DOCKER_BUILDKIT=1 docker build --build-arg BUILDKIT_INLINE_CACHE=1 -t caching-test:with-cache .
docker images | grep "cacheing-test"

During subsequent builds, the builder will download just this metadata to determine if a cache hit is possible and then, only when it is useful, download the actual layer data. The result has no impact an the actual image or layer sizes because it is only additional metadata that is pushed to the remote registry.

other caching modes

Note that there are two caching modes, min and max. The inline caching will use min mode, which is why it has no impact on the final size, it is just a tiny amount of metadata.

With max mode all build layers, including ephemeral multi-stage build layers are saved. This clearly results in more data, but is not supported by the inline cache type. Instead these layers can be exported to a local folder, a blob storage, or to a docker registry.

To use these other destinations or the max mode, we would need to enable support for the --cache-to flag.

Additional caching background

This feature is also implemented in the docker-build-push Github action, see here https://github.com/docker/build-push-action/blob/master/docs/advanced/cache.md. This could provide a good example for how to document the feature.

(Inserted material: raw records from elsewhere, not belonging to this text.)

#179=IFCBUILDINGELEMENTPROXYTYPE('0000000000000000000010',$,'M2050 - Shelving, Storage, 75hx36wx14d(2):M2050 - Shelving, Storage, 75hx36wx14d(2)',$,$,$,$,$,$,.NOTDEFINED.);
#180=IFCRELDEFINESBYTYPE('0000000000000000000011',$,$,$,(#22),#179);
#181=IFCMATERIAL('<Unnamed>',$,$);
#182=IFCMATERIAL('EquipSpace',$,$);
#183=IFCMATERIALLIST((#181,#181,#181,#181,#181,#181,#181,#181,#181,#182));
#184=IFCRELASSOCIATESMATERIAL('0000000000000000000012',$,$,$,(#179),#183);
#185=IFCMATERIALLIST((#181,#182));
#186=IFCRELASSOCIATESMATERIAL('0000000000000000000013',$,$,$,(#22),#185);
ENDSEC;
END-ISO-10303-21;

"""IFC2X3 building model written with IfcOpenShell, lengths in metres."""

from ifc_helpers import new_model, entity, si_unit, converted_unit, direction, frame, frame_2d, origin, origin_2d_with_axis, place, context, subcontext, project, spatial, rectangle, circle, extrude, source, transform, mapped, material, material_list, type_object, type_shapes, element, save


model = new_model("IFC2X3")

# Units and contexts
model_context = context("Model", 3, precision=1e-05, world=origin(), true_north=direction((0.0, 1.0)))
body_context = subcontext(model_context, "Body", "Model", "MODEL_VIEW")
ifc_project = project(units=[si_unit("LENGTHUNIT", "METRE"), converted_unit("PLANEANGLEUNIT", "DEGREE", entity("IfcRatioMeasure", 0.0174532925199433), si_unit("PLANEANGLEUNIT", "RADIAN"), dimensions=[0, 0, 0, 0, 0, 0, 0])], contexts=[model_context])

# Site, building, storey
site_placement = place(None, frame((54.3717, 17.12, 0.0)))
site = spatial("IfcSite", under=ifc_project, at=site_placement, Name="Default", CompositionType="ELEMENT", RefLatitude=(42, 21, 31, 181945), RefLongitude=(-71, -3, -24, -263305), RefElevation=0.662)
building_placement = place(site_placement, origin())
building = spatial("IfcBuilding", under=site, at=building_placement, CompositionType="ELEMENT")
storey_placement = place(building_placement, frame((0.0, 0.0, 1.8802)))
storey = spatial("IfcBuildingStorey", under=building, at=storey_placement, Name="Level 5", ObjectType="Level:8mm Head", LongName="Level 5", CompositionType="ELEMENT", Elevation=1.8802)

Relevant docs about docker/buildkit caching:

Context

I have a python function that we build frequently because it bundles a machine learning model in the image. As a result, the last layer is just copying the machine learning model but all of the other layers (the dependencies and the function code) are not frequently changing.

In our CI/CD system (github actions) the build cache is always empty, which means our builds spend a lot of time on the apt get and pip install stages even though these are not actually changing and would normally be skipped when built on my local laptop, where the build cache contains previous versions of the function.

Your Environment

  • FaaS-CLI version ( Full output from: faas-cli version ): 0.14.11

  • Docker version ( Full output from: docker version ):

    Client: Docker Engine - Community
    Version:           20.10.14
    API version:       1.41
    Go version:        go1.16.15
    Git commit:        a224086
    Built:             Thu Mar 24 01:47:58 2022
    OS/Arch:           linux/amd64
    Context:           default
    Experimental:      true
    
    Server: Docker Engine - Community
    Engine:
    Version:          20.10.14
    API version:      1.41 (minimum version 1.12)
    Go version:       go1.16.15
    Git commit:       87a90dc
    Built:            Thu Mar 24 01:45:50 2022
    OS/Arch:          linux/amd64
    Experimental:     false
    containerd:
    Version:          1.5.11
    GitCommit:        3df54a852345ae127d1fa3092b95168e4a88e2f8
    runc:
    Version:          1.0.3
    GitCommit:        v1.0.3-0-gf46b6ba
    docker-init:
    Version:          0.19.0
    GitCommit:        de40ad0
    
@alexellis
Copy link
Member

Thanks for suggesting this feature and for providing the examples too.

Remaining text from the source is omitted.